Start of Source data

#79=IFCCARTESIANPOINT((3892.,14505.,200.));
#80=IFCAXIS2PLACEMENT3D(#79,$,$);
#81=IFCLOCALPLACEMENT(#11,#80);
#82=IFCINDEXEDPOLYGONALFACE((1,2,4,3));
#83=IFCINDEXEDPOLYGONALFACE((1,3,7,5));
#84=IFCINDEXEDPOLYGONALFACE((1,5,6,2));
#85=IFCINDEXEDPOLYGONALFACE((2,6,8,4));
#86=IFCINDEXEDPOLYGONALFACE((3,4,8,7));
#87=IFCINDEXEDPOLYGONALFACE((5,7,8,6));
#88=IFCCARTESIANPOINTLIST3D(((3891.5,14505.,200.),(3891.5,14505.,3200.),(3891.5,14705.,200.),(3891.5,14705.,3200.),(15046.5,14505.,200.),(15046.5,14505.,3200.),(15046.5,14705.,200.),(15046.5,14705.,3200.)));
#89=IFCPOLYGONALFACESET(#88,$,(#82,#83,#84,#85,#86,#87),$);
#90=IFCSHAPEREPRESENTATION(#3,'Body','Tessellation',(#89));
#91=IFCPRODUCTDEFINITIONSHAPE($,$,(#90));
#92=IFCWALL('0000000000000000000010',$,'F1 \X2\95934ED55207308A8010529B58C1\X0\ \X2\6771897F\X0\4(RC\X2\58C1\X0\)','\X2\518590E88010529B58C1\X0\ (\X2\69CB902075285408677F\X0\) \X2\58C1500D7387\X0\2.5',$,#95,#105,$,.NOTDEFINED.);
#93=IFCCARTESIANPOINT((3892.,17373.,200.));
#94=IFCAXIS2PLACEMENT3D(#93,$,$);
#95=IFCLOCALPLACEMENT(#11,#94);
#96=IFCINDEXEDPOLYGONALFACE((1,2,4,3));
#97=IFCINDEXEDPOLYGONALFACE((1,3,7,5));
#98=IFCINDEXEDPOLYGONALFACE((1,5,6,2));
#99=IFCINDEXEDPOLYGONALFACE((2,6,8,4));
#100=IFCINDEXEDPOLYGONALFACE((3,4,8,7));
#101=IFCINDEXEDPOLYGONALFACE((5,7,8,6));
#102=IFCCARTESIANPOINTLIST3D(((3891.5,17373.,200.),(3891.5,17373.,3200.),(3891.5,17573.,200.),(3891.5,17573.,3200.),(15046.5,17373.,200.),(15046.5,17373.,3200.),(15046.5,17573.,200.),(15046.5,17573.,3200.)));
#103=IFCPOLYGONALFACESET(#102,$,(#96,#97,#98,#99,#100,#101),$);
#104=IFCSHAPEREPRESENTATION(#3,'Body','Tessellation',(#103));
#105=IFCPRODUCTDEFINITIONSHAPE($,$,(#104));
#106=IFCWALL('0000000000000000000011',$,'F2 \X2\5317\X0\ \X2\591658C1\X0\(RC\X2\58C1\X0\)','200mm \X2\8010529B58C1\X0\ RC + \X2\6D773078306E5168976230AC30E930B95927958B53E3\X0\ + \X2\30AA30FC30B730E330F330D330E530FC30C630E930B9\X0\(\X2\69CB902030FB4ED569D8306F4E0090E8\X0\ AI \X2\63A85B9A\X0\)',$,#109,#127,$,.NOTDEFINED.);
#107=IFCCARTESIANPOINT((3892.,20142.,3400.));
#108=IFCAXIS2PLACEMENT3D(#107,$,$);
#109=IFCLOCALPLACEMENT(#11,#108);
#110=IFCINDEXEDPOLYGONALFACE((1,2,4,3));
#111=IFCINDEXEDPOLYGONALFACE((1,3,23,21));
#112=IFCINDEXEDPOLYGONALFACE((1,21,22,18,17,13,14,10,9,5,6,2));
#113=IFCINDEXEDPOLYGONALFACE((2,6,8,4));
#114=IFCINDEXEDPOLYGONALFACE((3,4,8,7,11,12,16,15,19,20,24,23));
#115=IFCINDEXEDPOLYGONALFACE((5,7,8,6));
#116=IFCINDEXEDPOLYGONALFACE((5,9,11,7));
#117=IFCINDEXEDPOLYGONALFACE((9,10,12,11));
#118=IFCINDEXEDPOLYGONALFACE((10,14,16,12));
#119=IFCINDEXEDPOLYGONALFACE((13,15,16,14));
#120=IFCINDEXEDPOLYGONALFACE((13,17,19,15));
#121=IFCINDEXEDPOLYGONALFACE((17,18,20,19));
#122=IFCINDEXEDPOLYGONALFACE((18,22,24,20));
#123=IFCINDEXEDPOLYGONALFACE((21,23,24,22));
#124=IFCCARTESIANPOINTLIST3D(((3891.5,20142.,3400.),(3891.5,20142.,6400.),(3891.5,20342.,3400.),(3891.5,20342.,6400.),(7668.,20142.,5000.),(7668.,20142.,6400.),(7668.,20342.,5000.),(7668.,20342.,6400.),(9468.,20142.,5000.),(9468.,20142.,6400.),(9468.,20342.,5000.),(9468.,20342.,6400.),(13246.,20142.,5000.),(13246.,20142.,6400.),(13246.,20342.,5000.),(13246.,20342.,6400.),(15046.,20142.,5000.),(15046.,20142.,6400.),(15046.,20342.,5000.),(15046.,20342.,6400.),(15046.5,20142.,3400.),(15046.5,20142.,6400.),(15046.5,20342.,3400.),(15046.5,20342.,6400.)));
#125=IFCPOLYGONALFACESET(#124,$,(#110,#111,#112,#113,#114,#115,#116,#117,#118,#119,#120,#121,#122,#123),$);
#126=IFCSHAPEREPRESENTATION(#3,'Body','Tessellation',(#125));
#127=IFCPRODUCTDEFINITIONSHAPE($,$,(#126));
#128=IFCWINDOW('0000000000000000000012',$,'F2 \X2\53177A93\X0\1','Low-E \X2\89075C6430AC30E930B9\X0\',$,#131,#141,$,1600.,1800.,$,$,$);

End of Source data

**What to do**
Quote the data above from the line containing "#121=IFCINDEXEDPOLYGONALFACE((17,18,20,19));" to the line containing "#123=IFCINDEXEDPOLYGONALFACE((21,23,24,22));", inclusive, and stop.

**Your response**
#121=IFCINDEXEDPOLYGONALFACE((17,18,20,19));
#122=IFCINDEXEDPOLYGONALFACE((18,22,24,20));
#123=IFCINDEXEDPOLYGONALFACE((21,23,24,22));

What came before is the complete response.